I am self-studying logic, and am exploring the discrepancy that several texts (philosophical and mathematical) assert that quantifiers can't be assessed "semantically" (via a truth table), and a text by Ackermann that asserts that they can.
In Ackermann's 1954 Solvable Cases of the Decision Problem, on page 6 he writes the following:
V6. A wff $(\mathcal U)\mathfrak U ( \mathcal U)$ has the value T by an assignment for the free variables, if $\mathfrak U ( \mathcal U)$ has the value T by the same assignment from the free variables different from $ \mathcal U$and an arbitrary assignment for the variable $\mathcal U $; a wff $(\exists\mathcal U)\mathfrak U ( \mathcal U)$ has the value T for an assignment, if there is an assignment for $\mathcal U $ which together with the given assignment for the free variables of $(\exists\mathcal U)\mathfrak U ( \mathcal U)$ gives the value T to $\mathfrak U ( \mathcal U)$. In every other case, $(\mathcal U)\mathfrak U ( \mathcal U)$ and $(\exists\mathcal U)\mathfrak U ( \mathcal U)$ have the value F by an assignment.
I understand the part regarding the existential quantifier; however, it seems that for the universal he's claiming the bound variable(s) have no relevance?! e.g. $(x)(Rx \land y)$ can't be F if y is T?

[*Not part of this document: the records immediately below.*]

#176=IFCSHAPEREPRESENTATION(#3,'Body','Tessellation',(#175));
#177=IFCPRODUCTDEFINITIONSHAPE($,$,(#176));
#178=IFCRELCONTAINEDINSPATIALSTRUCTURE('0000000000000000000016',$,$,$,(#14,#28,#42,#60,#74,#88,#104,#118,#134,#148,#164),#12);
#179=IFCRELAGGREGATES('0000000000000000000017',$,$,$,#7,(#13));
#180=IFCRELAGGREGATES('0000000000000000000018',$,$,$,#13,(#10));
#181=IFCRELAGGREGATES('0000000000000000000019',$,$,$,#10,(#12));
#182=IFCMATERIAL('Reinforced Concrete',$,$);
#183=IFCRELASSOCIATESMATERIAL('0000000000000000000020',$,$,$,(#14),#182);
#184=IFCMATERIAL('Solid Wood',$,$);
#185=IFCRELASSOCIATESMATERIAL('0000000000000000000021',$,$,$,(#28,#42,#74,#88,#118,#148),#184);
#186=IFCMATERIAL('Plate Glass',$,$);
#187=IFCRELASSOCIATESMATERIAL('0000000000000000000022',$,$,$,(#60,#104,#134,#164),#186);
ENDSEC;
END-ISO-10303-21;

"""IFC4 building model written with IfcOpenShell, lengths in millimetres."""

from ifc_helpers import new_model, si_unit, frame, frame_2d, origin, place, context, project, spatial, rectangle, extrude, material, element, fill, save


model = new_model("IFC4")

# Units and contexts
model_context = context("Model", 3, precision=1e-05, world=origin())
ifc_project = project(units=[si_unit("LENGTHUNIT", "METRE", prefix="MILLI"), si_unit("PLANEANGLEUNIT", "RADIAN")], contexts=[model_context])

I suspect my reading of Ackermann is wrong based on other texts I've read but, putting those aside, I'm not sure how else to read it. Indeed in a two-part example on pg.6-7 he demonstrates that this is the case. Yet in my counter example it is entirely possible for (x)(Rx $\land$ y) to be false... so I'm grossly confused, and find it demotivating to continue reading this book (in the second half of the example he uses a domain of just 2 members, a & b, and yet goes on to mention members c & d...sigh).